Let the triangle vertices be \(\{v_1, v_2, v_3\}\)
The local origin T is the mean of the vertices.
Construct a rotation matrix \(R \in \mathbb{R}^{3 \times 3}\) from:
- Edge direction \(e = v_2 - v_1\)
- Normal \(n = (v_2 - v_1) \times (v_3 - v_1)\)
- Cross product of the two: \(e \times n\)
The triangle scale \(k\) is computed from the average edge length and its perpendicular, capturing the local size.

🧩 Gaussian Parameters in Local Space

Each Gaussian is defined in triangle-local space with:

Local position \(\mu\)
Local rotation r
Local scale s

At render time, these are converted to global space:

\[r' = R \cdot r \\ \mu' = k \cdot R \cdot \mu + T \\ s' = k \cdot s\]

This formulation ensures that Gaussians deform smoothly and naturally as the triangle moves due to FLAME-driven articulation.

It also has optimization benefits: since the parameters are relative to local triangle scale, Gaussians on small triangles move less per step than those on large ones, enabling consistent learning rates across varying mesh regions.
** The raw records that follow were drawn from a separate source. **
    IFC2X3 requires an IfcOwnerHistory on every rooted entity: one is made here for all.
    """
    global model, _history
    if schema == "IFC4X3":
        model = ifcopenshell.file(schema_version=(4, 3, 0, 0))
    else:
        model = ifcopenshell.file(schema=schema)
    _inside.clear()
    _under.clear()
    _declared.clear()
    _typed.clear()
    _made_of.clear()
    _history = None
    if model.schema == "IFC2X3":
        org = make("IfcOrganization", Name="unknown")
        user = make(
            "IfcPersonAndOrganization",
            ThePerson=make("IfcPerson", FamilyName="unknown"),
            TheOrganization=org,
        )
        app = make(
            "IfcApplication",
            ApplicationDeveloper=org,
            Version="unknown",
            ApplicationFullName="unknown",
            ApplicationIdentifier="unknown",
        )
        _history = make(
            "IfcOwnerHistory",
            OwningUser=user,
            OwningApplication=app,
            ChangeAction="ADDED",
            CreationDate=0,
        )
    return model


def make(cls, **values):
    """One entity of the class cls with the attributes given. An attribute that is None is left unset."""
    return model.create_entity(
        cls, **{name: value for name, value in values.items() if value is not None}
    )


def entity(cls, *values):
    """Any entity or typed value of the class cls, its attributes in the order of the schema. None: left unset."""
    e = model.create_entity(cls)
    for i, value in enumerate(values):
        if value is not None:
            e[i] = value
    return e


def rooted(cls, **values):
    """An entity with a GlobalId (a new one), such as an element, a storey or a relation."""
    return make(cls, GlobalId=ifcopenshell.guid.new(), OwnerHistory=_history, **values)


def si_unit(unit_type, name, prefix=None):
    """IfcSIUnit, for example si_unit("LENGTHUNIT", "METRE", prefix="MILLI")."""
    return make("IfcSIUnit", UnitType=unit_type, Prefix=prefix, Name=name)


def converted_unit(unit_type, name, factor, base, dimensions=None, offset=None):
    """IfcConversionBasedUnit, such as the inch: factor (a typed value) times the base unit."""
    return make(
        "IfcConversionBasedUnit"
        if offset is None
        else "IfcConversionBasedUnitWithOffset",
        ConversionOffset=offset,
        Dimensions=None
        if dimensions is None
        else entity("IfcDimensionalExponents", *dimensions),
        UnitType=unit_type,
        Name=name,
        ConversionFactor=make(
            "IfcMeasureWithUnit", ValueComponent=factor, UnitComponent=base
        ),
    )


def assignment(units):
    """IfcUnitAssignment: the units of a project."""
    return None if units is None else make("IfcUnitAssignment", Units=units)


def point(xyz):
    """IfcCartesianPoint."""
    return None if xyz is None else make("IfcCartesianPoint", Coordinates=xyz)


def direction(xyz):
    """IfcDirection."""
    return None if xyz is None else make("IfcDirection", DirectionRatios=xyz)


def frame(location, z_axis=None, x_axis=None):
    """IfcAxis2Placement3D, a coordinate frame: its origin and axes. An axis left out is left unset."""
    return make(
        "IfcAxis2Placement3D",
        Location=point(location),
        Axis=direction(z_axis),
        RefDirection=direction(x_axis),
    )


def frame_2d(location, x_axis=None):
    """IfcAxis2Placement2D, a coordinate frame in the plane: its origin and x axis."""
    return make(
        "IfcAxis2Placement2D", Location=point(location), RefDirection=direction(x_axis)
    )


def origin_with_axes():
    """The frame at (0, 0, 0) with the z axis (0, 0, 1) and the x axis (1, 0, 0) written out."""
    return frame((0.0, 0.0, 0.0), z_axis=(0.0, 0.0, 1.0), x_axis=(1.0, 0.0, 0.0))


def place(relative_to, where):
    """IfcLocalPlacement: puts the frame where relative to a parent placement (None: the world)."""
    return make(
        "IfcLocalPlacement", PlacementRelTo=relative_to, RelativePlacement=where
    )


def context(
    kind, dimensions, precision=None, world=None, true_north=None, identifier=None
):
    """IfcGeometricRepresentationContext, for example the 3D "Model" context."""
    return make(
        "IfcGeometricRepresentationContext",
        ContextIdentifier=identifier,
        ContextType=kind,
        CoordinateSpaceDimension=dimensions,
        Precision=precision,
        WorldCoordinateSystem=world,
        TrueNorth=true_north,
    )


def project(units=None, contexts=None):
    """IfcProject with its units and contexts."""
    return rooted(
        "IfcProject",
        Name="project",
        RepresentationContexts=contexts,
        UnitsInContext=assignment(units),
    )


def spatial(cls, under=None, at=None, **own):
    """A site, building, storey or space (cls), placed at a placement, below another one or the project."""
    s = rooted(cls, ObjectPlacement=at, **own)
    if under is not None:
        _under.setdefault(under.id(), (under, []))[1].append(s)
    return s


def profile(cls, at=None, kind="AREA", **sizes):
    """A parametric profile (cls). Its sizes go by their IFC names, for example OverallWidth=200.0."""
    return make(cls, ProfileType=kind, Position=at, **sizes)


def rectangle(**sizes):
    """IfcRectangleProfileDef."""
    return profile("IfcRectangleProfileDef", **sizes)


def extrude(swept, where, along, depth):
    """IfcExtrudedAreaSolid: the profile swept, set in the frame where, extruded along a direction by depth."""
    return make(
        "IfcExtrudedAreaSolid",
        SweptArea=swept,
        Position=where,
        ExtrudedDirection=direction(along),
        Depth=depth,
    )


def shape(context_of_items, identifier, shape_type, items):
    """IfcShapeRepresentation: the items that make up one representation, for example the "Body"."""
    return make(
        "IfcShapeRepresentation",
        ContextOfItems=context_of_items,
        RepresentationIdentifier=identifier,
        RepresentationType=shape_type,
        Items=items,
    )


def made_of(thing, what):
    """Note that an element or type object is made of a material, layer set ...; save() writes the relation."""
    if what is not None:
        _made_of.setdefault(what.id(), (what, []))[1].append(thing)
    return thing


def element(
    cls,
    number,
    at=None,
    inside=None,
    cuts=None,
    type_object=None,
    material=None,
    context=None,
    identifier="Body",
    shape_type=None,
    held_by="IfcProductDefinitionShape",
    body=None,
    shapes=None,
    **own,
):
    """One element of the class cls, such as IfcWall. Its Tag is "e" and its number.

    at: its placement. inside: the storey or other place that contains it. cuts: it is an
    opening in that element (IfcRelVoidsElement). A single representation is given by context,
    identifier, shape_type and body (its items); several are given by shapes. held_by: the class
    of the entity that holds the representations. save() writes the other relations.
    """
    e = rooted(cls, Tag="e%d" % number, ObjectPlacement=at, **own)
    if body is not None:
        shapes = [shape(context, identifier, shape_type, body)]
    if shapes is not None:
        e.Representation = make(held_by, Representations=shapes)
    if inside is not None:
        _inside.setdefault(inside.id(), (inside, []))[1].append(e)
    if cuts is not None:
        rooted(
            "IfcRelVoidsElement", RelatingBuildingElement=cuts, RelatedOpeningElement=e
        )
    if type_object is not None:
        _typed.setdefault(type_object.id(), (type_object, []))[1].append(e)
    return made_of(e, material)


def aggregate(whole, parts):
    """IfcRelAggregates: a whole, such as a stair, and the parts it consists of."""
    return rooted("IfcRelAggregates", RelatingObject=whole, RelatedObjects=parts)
2. View-Dependent Appearance Modeling

Each Gaussian defines an appearance function:

\[F(x, v) \rightarrow (r, g, b, \alpha)\]

Where:

x : 3D Gaussian center in world space
v : camera/viewing direction
(r, g, b) : RGB appearance
\(\alpha\): opacity

This function is parameterized using low-dimensional view-dependent appearance bases, e.g., spherical harmonics (SH) or learned MLP embeddings. It enables:

View-consistent shading
Specular highlights
Smooth blending during splatting

🧬 Binding Inheritance (Adaptive Density Control)
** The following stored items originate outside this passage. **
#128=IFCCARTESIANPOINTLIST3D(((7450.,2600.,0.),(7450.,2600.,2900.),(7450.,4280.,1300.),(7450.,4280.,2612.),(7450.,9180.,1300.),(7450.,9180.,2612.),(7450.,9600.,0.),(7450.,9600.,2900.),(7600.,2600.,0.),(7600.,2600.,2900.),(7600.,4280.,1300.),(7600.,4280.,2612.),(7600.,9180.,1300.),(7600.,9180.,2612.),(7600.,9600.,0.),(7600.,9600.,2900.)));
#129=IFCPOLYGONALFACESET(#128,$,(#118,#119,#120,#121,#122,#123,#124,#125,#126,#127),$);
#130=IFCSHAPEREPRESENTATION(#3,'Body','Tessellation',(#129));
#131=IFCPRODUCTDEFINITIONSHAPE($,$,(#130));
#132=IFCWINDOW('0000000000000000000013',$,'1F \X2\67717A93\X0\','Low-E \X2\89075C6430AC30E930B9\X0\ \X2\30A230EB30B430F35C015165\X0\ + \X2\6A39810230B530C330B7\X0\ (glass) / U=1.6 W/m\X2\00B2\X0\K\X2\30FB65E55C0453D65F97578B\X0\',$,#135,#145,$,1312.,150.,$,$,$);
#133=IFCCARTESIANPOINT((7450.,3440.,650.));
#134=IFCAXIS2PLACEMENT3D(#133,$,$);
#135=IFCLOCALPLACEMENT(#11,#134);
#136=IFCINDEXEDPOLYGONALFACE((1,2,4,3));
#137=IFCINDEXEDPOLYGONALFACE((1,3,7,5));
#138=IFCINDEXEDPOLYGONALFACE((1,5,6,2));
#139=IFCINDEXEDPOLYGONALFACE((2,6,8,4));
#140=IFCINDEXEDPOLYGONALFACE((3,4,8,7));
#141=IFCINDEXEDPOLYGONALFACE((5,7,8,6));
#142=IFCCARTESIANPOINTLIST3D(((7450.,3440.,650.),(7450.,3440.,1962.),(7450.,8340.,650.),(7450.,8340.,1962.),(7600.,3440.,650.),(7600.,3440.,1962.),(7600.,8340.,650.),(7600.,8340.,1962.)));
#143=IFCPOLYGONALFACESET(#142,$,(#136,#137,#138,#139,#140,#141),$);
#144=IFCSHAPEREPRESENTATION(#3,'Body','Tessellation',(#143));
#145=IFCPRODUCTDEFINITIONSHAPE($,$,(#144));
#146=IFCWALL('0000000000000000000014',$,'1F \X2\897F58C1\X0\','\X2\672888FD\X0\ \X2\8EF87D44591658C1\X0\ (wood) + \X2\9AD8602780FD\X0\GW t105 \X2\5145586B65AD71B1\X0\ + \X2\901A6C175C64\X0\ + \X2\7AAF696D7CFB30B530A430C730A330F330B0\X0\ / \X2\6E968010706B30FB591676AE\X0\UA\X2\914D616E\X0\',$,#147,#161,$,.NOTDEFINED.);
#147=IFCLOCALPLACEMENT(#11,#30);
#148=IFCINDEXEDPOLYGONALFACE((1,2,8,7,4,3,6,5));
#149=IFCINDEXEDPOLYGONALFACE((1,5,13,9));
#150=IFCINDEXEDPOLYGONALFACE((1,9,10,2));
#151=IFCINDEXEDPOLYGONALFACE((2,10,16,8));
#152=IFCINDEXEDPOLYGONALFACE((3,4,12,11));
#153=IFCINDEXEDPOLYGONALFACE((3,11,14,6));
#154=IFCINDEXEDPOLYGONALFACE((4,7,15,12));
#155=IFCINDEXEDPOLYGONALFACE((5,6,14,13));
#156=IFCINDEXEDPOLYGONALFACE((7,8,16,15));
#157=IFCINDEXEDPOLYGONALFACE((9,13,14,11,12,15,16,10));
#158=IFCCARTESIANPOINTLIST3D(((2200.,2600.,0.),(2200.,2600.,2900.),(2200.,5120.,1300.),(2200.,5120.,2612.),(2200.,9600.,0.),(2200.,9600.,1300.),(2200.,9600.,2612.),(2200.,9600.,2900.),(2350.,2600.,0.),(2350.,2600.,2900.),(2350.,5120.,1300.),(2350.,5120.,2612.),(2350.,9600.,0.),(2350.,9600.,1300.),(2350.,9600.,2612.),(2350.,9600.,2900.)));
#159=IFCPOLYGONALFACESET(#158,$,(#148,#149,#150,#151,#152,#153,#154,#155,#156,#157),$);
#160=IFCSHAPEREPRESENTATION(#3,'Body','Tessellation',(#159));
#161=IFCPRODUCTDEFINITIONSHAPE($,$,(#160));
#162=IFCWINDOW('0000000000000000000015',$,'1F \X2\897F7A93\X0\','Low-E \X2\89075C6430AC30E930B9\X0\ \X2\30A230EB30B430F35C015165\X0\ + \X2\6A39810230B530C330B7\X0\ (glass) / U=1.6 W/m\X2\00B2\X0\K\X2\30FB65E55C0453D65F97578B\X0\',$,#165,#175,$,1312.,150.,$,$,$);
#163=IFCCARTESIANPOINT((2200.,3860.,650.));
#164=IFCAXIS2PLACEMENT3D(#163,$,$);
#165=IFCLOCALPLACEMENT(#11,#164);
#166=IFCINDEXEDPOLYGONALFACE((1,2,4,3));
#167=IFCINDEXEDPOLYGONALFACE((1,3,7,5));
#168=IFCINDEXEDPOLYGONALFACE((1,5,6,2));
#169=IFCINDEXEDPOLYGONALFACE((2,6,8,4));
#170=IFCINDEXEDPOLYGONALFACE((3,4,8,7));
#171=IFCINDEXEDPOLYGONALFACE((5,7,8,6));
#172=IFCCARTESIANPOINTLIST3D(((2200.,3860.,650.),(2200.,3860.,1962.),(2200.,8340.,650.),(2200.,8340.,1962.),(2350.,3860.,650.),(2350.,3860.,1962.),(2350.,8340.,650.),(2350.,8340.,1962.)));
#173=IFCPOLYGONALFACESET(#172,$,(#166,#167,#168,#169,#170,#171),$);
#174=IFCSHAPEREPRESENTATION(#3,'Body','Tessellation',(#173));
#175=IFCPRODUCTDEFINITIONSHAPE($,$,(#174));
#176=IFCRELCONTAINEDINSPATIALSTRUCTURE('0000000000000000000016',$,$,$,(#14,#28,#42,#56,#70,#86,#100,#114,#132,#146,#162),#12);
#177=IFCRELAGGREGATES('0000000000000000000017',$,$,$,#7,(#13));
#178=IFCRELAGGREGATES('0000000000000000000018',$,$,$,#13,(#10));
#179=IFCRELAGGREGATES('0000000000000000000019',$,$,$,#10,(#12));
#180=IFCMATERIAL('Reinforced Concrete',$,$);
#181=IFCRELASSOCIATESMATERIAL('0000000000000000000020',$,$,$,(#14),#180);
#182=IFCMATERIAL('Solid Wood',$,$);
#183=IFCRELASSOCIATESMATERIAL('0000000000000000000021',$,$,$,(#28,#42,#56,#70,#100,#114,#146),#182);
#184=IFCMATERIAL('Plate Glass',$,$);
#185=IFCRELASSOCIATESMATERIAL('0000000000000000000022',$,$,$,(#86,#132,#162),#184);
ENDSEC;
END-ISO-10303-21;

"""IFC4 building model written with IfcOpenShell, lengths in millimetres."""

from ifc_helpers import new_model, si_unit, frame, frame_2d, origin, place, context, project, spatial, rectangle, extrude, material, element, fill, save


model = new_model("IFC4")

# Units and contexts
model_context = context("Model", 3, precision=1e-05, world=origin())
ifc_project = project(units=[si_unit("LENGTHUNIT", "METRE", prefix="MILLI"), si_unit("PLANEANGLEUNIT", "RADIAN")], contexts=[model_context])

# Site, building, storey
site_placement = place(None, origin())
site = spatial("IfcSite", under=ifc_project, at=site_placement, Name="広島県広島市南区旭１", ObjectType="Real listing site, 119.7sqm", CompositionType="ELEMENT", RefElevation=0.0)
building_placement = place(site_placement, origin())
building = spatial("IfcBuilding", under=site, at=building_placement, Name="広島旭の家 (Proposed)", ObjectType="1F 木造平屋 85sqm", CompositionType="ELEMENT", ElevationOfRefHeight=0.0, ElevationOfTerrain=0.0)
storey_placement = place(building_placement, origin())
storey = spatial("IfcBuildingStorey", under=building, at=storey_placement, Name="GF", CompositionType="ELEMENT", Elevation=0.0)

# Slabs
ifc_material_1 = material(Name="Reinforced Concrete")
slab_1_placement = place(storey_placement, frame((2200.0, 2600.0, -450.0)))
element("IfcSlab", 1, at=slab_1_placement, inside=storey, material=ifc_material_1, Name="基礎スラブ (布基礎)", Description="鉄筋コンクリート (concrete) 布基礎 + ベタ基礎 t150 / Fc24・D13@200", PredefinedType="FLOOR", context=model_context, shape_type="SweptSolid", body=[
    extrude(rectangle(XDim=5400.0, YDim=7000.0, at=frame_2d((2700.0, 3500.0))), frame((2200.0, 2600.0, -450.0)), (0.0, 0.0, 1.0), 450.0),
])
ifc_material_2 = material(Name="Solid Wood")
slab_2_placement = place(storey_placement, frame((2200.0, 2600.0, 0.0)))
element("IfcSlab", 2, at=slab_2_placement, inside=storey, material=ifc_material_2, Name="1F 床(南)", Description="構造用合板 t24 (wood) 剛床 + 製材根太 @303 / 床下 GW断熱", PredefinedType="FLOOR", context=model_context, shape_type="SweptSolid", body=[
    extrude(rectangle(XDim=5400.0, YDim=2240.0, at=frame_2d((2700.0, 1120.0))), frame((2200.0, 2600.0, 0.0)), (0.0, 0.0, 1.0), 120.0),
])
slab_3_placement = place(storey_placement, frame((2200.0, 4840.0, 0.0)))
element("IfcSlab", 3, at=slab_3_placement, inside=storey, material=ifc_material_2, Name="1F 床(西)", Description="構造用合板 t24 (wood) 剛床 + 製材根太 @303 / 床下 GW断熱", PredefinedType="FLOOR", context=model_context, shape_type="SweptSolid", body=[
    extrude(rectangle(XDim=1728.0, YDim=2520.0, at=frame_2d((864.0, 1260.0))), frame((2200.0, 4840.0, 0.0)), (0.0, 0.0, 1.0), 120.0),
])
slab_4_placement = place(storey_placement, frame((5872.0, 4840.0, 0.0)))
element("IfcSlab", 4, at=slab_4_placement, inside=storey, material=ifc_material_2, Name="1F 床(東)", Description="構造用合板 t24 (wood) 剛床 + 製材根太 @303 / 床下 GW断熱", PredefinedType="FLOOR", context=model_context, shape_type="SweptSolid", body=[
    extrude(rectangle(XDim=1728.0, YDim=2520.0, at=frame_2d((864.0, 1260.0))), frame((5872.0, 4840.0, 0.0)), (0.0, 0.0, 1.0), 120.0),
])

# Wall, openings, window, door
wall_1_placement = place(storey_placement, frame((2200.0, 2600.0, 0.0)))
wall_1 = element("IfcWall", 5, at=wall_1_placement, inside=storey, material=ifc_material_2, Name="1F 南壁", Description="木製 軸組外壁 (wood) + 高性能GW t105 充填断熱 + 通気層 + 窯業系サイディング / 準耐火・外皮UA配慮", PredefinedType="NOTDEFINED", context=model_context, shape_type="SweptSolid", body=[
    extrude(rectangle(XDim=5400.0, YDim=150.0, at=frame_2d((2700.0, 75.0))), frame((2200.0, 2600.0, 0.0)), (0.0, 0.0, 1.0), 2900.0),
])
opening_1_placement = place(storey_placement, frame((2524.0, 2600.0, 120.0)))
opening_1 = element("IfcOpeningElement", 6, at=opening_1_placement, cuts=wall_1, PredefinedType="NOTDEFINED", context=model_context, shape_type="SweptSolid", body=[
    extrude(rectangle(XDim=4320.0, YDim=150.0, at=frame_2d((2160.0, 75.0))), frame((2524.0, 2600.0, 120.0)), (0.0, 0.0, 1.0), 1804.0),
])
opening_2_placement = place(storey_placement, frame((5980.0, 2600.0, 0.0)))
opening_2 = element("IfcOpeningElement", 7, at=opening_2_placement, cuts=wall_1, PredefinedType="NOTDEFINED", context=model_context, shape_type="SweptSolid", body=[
The initial rig attaches one Gaussian per triangle, but this is insufficient to represent fine details like hair strands or creases. GaussianAvatars adopt adaptive density control from [3DGS], enhanced by a novel binding inheritance strategy:

Gaussians are split or cloned based on:
- High view-space positional gradient
- Opacity threshold
New Gaussians are added in the local space of their parent triangle.
Each Gaussian stores the index of its parent triangle to support:
- Inherited rig binding when new Gaussians are added
- Consistency in motion during animation

To prevent degeneration:

A pruning step resets or deletes low-opacity Gaussians
To protect occluded regions (like teeth or eyeballs), a constraint ensures each triangle always has at least one Gaussian attached

This results in a dynamic, detail-preserving, and animation-consistent Gaussian representation.

3. Training Pipeline

GaussianAvatars build on 3D Gaussian Splatting (3DGS) by integrating a FLAME-based rig, allowing expressions and poses to animate Gaussians through mesh-driven deformation. However, this introduces new optimization challenges, such as misalignment artifacts and scaling instability, especially under animation. To solve this, the authors propose a custom loss function with new geometric regularizers and a perceptual similarity term.

📦 Overall Loss Function

The full loss used during training is:

\[\mathcal{L} = \mathcal{L}_{\text{rgb}} + \lambda_{\text{position}} \mathcal{L}_{\text{position}} + \lambda_{\text{scaling}} \mathcal{L}_{\text{scaling}}\]

Where:

\(\mathcal{L}_{\text{rgb}}\) is the image reconstruction loss
\(\mathcal{L}_{\text{position}}\) constrains Gaussians to stay near their mesh triangle
\(\mathcal{L}_{\text{scaling}}\) prevents overly large Gaussians from causing animation instability

🎨 RGB Reconstruction Loss

The RGB loss blends pixel-wise L1 and a structural dissimilarity (D-SSIM) term:

\[\mathcal{L}_{\text{rgb}} = (1 - \lambda) \cdot \mathcal{L}_{1} + \lambda \cdot \mathcal{L}_{\text{D-SSIM}}\]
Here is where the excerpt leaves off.